_The task:_
Where a line below includes the word "LENGTHUNIT", copy that line.

_Dataset:_
==================================================
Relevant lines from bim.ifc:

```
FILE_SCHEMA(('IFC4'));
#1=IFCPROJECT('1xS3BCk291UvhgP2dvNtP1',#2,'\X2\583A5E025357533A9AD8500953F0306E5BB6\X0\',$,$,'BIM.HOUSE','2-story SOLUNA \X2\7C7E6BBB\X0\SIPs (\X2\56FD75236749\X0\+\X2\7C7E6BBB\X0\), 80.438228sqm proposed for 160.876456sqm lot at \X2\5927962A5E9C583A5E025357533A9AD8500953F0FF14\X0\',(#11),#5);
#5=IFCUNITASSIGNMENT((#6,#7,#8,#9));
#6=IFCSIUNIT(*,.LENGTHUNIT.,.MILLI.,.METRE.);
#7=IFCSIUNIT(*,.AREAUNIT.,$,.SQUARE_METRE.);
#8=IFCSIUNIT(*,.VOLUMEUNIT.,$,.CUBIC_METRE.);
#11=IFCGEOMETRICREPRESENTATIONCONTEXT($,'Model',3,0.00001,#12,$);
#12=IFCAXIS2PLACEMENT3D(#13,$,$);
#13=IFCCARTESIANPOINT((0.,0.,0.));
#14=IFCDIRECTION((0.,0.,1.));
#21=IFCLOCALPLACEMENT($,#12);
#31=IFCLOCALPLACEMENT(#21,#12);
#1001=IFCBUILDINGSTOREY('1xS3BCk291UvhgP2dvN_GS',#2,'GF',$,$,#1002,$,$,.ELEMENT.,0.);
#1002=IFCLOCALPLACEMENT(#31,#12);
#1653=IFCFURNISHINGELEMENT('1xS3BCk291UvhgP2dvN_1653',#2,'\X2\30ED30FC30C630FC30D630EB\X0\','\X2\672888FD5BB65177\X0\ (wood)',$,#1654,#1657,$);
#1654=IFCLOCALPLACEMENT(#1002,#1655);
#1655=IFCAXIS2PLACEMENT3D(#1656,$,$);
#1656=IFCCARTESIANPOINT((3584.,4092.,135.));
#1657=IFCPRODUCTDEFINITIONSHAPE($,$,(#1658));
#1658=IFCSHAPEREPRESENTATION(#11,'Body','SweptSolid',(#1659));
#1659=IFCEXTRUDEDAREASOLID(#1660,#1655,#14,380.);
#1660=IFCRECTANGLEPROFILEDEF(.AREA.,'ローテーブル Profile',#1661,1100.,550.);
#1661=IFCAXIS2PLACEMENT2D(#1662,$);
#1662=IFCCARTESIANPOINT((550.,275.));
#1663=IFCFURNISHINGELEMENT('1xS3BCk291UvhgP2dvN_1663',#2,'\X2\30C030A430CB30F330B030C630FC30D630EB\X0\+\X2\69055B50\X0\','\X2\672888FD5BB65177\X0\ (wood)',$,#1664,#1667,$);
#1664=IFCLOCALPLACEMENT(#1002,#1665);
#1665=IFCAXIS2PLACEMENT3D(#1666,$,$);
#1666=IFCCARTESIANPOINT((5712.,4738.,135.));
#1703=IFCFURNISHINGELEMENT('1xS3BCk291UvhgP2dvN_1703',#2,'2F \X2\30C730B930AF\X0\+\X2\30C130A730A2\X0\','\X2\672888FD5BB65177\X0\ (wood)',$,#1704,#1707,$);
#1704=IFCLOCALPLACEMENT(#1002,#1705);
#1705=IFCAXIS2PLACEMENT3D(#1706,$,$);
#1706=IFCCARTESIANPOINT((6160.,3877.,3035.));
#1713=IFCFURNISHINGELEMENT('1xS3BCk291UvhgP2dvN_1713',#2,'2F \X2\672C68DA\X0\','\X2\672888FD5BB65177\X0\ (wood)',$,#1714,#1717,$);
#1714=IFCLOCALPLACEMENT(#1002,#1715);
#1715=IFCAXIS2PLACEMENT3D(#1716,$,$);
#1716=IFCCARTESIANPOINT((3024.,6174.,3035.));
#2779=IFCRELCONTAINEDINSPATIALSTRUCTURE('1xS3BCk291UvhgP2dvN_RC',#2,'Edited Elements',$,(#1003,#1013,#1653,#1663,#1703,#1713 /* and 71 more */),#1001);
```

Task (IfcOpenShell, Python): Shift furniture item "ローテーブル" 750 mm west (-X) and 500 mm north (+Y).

```python
import ifcopenshell
import ifcopenshell.api.geometry
import ifcopenshell.util.placement
import ifcopenshell.util.unit

model = ifcopenshell.open("bim.ifc")
unit_scale = ifcopenshell.util.unit.calculate_unit_scale(model)

item = model.by_guid("1xS3BCk291UvhgP2dvN_1653")
matrix = ifcopenshell.util.placement.get_local_placement(item.ObjectPlacement)
matrix[0, 3] -= 0.75 / unit_scale
matrix[1, 3] += 0.5 / unit_scale
ifcopenshell.api.geometry.edit_object_placement(model, product=item, matrix=matrix, is_si=False)

print(ifcopenshell.util.placement.get_local_placement(item.ObjectPlacement).round(3) + 0.0)

model.write("bim-out.ifc")
```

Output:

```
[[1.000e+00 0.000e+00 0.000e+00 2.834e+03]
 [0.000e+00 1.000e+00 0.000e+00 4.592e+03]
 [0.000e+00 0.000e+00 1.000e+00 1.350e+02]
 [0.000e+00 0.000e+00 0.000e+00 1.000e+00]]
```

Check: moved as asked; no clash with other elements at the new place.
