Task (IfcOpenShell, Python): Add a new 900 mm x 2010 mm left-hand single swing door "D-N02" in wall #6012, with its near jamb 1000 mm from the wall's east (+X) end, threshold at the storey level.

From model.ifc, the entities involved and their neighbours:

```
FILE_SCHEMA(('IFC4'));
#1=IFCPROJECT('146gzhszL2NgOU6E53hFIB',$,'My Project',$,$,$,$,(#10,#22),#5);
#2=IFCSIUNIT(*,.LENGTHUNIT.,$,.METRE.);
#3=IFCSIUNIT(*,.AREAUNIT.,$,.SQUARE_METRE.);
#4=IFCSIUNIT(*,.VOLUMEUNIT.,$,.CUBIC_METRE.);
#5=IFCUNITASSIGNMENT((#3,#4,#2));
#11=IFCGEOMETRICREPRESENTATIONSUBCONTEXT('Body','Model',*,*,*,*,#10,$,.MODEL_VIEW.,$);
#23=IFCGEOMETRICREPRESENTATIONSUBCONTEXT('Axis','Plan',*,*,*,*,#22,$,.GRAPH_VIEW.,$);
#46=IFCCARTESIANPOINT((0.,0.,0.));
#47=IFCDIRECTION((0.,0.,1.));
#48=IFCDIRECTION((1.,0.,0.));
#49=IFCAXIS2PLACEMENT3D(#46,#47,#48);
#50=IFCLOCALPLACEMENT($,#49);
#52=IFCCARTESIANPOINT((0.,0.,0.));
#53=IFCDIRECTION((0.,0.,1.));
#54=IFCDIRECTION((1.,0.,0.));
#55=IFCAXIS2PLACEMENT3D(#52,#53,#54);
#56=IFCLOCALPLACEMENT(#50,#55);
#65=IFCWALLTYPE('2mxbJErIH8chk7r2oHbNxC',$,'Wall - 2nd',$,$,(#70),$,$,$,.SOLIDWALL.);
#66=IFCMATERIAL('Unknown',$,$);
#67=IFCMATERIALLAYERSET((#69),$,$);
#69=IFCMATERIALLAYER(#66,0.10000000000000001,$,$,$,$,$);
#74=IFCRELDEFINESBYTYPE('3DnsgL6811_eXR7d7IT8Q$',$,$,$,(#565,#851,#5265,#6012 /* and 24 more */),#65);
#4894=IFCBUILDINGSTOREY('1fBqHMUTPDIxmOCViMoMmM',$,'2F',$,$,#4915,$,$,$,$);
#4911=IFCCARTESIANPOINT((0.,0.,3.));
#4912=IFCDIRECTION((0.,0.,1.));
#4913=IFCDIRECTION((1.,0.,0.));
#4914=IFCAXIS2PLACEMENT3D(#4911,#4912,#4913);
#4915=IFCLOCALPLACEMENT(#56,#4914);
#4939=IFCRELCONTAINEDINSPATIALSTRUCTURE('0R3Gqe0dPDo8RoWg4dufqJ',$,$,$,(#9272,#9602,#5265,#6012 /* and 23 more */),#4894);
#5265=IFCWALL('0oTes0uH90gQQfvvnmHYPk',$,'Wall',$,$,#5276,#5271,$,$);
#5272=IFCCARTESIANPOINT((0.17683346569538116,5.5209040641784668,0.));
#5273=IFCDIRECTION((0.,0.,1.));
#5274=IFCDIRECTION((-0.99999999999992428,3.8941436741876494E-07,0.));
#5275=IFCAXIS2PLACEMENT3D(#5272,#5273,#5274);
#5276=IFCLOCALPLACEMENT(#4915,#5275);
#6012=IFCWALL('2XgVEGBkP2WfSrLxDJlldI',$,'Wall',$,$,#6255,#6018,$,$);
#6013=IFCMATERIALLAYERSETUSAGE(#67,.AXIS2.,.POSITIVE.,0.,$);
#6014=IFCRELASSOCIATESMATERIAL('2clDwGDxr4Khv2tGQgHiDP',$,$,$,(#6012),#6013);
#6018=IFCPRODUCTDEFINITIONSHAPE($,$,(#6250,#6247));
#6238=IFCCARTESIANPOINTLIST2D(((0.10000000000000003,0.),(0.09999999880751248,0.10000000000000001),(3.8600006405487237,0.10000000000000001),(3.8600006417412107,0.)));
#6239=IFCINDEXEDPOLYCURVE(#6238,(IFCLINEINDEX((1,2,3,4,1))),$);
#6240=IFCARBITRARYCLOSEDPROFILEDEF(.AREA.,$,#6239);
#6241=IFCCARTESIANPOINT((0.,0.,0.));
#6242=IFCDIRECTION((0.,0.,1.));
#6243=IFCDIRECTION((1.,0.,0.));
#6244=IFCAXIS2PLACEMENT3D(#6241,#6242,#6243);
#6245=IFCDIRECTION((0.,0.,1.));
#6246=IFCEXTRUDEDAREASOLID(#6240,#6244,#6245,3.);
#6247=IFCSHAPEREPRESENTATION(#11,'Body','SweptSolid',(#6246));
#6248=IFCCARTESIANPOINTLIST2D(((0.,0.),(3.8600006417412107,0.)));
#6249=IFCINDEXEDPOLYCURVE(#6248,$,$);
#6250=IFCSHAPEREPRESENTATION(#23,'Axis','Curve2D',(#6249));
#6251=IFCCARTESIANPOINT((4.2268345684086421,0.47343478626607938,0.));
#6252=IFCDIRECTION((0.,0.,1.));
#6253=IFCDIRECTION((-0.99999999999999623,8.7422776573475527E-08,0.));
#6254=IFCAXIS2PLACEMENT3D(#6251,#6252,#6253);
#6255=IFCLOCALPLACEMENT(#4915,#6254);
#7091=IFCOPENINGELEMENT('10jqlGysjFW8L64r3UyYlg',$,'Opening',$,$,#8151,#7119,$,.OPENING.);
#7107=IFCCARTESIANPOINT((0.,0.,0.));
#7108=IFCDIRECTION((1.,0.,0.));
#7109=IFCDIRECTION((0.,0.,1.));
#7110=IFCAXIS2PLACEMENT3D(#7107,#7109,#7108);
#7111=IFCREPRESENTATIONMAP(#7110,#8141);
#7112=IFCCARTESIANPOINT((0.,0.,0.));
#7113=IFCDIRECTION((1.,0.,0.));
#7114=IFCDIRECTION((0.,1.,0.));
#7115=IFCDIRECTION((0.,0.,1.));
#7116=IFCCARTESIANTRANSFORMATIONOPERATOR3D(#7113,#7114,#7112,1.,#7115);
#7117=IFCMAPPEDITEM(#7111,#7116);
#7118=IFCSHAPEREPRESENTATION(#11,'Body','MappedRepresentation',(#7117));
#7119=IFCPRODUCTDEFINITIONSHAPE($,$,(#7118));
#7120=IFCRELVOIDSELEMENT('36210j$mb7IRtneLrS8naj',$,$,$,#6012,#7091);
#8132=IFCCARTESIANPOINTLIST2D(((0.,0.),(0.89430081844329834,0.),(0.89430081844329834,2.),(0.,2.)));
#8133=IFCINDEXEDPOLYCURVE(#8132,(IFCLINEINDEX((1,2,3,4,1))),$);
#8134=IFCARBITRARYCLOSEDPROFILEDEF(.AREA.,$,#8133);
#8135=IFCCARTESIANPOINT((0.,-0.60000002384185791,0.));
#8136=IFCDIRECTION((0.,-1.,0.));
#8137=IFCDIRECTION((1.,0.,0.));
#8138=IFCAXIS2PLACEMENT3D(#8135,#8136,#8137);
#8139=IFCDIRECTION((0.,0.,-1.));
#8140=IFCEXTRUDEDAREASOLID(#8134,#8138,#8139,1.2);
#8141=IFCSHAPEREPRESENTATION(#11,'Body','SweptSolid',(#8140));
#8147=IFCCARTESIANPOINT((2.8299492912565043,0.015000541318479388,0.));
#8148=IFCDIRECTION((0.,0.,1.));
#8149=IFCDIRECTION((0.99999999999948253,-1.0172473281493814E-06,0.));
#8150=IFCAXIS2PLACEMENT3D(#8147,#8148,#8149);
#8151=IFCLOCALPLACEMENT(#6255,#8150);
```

```python
import numpy as np
import ifcopenshell
import ifcopenshell.api.feature
import ifcopenshell.api.geometry
import ifcopenshell.api.root
import ifcopenshell.api.spatial
import ifcopenshell.geom
import ifcopenshell.util.element
import ifcopenshell.util.placement
import ifcopenshell.util.representation
import ifcopenshell.util.shape
import ifcopenshell.util.unit

model = ifcopenshell.open("model.ifc")
unit_scale = ifcopenshell.util.unit.calculate_unit_scale(model)
settings = ifcopenshell.geom.settings()


def volume(element):
    """Net volume in cubic metres, openings subtracted."""
    shape = ifcopenshell.geom.create_shape(settings, element)
    return ifcopenshell.util.shape.get_volume(shape.geometry)


wall = model.by_guid("2XgVEGBkP2WfSrLxDJlldI")
storey = ifcopenshell.util.element.get_container(wall, ifc_class="IfcBuildingStorey")
context = ifcopenshell.util.representation.get_context(model, "Model", "Body", "MODEL_VIEW")
before = volume(wall)

width, height, from_end, sill = 0.9, 2.01, 1, 0.0  # metres

# The wall runs along its own X axis, and the end named is its -X end.
wall_shape = ifcopenshell.geom.create_shape(settings, wall)
x, y, z = ifcopenshell.util.shape.get_vertices(wall_shape.geometry).T
start = x.min() + from_end
face, thickness = float(y.min()), float(y.max() - y.min())
wall_matrix = ifcopenshell.util.placement.get_local_placement(wall.ObjectPlacement)
level = ifcopenshell.util.placement.get_local_placement(storey.ObjectPlacement)[2, 3]


def in_wall(x, y):
    """Placement at x, y metres in the wall's axes, at sill height."""
    matrix = wall_matrix.copy()
    matrix[:, 3] = wall_matrix @ np.array([x / unit_scale, y / unit_scale, 0.0, 1.0])
    matrix[2, 3] = level + sill / unit_scale
    return matrix


# Opening: a box that overshoots both wall faces by 50 mm.
opening = ifcopenshell.api.root.create_entity(model, ifc_class="IfcOpeningElement", predefined_type="OPENING")
box = ifcopenshell.api.geometry.add_wall_representation(
    model, context=context, length=width, height=height, thickness=thickness + 0.1
)
ifcopenshell.api.geometry.assign_representation(model, product=opening, representation=box)
ifcopenshell.api.geometry.edit_object_placement(model, product=opening, matrix=in_wall(start, face - 0.05), is_si=False)
ifcopenshell.api.feature.add_feature(model, feature=opening, element=wall)

door = ifcopenshell.api.root.create_entity(model, ifc_class="IfcDoor", name="D-N02", predefined_type="DOOR")
door.OverallWidth, door.OverallHeight = width / unit_scale, height / unit_scale
door.OperationType = "SINGLE_SWING_LEFT"
body = ifcopenshell.api.geometry.add_door_representation(
    model,
    context=context,
    overall_width=door.OverallWidth,
    overall_height=door.OverallHeight,
    operation_type="SINGLE_SWING_LEFT",
    lining_properties={"LiningDepth": thickness / unit_scale, "ThresholdDepth": thickness / unit_scale},
)
ifcopenshell.api.geometry.assign_representation(model, product=door, representation=body)
ifcopenshell.api.spatial.assign_container(model, products=[door], relating_structure=storey)
ifcopenshell.api.feature.add_filling(model, opening=opening, element=door)

# The lining spans the wall, so the door starts at the wall face.
ifcopenshell.api.geometry.edit_object_placement(model, product=door, matrix=in_wall(start, face), is_si=False)

after = volume(wall)

print(f"wall volume {before:.3f} -> {after:.3f} m3")

model.write("model_v2.ifc")
```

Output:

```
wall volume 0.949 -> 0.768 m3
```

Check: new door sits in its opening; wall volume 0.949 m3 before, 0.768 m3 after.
==================================================
_Result of this exercise:_
#6=IFCSIUNIT(*,.LENGTHUNIT.,.MILLI.,.METRE.);
#2=IFCSIUNIT(*,.LENGTHUNIT.,$,.METRE.);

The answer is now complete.